▶ [Exercise description]: Pull out every line from the listing that has the word "PredefinedType".

▶ [Dataset]:
▽

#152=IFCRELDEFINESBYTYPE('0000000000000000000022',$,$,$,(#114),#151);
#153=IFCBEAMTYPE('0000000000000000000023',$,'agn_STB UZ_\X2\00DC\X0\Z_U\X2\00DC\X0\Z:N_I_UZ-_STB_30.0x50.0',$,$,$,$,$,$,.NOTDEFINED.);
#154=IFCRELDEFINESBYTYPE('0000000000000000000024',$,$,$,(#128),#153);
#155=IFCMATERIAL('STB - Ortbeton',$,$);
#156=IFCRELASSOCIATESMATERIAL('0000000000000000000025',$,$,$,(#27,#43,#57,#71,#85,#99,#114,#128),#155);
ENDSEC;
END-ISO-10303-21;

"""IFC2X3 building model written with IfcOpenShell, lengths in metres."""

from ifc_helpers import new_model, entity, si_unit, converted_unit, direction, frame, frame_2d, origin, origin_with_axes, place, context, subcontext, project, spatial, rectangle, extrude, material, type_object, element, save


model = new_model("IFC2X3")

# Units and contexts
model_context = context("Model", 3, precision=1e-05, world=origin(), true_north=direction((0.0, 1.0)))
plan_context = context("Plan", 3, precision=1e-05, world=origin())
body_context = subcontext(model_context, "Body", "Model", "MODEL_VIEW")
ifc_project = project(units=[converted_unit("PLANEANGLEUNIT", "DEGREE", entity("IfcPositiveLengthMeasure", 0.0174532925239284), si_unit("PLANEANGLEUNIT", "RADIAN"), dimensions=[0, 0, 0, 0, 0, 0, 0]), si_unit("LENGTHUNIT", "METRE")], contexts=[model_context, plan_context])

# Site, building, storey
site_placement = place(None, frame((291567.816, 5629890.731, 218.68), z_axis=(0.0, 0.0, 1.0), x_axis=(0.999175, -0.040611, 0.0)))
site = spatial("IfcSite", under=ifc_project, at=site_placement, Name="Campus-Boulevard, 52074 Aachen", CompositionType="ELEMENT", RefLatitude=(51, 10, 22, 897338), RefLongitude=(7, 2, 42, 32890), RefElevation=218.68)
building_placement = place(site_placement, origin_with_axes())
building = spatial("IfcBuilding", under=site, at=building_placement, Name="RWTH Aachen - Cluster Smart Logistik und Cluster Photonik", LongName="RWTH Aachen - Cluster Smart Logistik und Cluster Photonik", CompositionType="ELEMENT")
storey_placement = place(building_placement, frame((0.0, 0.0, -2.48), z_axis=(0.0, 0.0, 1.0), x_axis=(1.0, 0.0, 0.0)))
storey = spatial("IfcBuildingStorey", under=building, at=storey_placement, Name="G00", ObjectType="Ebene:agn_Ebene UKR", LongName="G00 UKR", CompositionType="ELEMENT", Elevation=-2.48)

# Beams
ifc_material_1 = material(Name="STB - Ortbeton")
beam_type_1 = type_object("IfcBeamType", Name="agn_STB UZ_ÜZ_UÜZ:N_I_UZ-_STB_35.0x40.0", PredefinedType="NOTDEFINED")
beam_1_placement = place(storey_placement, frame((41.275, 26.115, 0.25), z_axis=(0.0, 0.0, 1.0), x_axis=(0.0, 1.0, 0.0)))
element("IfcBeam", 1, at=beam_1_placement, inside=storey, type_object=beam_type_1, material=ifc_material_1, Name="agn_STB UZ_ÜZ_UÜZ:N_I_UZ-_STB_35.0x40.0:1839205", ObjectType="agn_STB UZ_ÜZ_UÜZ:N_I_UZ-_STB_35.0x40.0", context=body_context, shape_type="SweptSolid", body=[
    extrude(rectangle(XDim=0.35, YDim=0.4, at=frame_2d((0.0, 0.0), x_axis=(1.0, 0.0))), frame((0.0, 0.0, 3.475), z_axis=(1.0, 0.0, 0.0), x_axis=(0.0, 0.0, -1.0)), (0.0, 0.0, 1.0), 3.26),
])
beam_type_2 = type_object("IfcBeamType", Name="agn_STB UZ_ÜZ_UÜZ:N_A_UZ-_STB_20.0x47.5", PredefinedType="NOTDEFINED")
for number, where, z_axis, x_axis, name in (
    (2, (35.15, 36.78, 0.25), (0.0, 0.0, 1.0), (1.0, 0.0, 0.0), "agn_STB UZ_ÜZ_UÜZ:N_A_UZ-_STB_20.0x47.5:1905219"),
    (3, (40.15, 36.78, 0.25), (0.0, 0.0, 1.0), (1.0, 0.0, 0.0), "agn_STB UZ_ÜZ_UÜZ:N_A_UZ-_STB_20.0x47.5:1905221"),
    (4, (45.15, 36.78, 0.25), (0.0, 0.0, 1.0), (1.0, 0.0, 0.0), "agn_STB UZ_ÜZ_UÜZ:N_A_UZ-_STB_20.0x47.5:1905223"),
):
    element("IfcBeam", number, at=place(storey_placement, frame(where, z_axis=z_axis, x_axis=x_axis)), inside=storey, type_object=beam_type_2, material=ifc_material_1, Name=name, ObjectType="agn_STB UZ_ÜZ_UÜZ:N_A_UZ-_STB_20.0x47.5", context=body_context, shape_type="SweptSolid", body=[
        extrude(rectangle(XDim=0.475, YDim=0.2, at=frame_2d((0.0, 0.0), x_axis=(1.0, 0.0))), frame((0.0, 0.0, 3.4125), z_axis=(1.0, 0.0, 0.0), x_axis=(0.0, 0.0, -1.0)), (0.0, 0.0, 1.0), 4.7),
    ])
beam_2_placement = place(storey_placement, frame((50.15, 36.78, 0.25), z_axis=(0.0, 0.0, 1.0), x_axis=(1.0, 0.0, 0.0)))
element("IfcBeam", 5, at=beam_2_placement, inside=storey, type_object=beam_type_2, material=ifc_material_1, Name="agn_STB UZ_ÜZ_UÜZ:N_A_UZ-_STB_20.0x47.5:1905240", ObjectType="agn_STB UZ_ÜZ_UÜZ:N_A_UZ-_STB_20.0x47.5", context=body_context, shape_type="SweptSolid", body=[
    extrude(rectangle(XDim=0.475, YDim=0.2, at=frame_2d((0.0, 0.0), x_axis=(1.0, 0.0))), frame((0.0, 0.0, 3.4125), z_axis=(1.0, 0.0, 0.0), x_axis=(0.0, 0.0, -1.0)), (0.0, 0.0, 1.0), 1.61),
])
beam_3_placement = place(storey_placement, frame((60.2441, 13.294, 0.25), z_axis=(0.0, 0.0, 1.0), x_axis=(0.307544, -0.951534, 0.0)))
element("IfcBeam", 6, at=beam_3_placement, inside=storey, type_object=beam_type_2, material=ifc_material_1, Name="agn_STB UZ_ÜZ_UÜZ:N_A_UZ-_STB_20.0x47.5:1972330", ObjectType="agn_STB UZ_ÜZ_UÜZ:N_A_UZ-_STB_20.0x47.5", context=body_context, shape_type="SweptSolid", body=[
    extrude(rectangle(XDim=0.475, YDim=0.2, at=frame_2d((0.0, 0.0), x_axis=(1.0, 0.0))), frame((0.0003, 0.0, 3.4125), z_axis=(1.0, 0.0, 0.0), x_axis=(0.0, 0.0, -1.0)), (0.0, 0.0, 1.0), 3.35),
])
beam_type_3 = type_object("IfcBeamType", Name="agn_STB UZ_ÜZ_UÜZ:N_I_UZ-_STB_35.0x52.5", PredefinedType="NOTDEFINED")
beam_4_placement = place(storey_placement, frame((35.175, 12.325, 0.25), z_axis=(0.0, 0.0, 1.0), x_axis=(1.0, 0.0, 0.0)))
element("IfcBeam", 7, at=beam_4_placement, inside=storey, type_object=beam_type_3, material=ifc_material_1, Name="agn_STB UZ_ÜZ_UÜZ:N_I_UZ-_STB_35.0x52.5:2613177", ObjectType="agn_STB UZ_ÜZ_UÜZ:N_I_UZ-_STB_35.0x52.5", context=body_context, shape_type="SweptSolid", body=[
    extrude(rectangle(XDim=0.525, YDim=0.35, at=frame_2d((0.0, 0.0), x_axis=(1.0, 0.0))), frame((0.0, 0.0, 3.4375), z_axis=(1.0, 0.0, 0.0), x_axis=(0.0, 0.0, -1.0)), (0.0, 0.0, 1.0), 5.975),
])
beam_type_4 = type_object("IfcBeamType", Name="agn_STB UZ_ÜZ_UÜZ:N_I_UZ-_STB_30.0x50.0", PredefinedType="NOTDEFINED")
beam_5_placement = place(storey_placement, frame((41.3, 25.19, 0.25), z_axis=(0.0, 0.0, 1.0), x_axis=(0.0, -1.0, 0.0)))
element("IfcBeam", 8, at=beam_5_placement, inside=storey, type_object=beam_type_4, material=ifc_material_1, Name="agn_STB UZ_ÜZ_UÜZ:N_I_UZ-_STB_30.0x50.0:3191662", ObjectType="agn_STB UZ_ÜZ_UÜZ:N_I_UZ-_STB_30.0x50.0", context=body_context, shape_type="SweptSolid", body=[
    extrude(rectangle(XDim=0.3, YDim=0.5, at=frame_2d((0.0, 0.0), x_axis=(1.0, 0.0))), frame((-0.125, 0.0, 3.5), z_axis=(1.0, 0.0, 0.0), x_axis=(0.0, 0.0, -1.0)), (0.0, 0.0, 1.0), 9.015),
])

△

▶ [Reply]:
beam_type_1 = type_object("IfcBeamType", Name="agn_STB UZ_ÜZ_UÜZ:N_I_UZ-_STB_35.0x40.0", PredefinedType="NOTDEFINED")
beam_type_2 = type_object("IfcBeamType", Name="agn_STB UZ_ÜZ_UÜZ:N_A_UZ-_STB_20.0x47.5", PredefinedType="NOTDEFINED")
beam_type_3 = type_object("IfcBeamType", Name="agn_STB UZ_ÜZ_UÜZ:N_I_UZ-_STB_35.0x52.5", PredefinedType="NOTDEFINED")
beam_type_4 = type_object("IfcBeamType", Name="agn_STB UZ_ÜZ_UÜZ:N_I_UZ-_STB_30.0x50.0", PredefinedType="NOTDEFINED")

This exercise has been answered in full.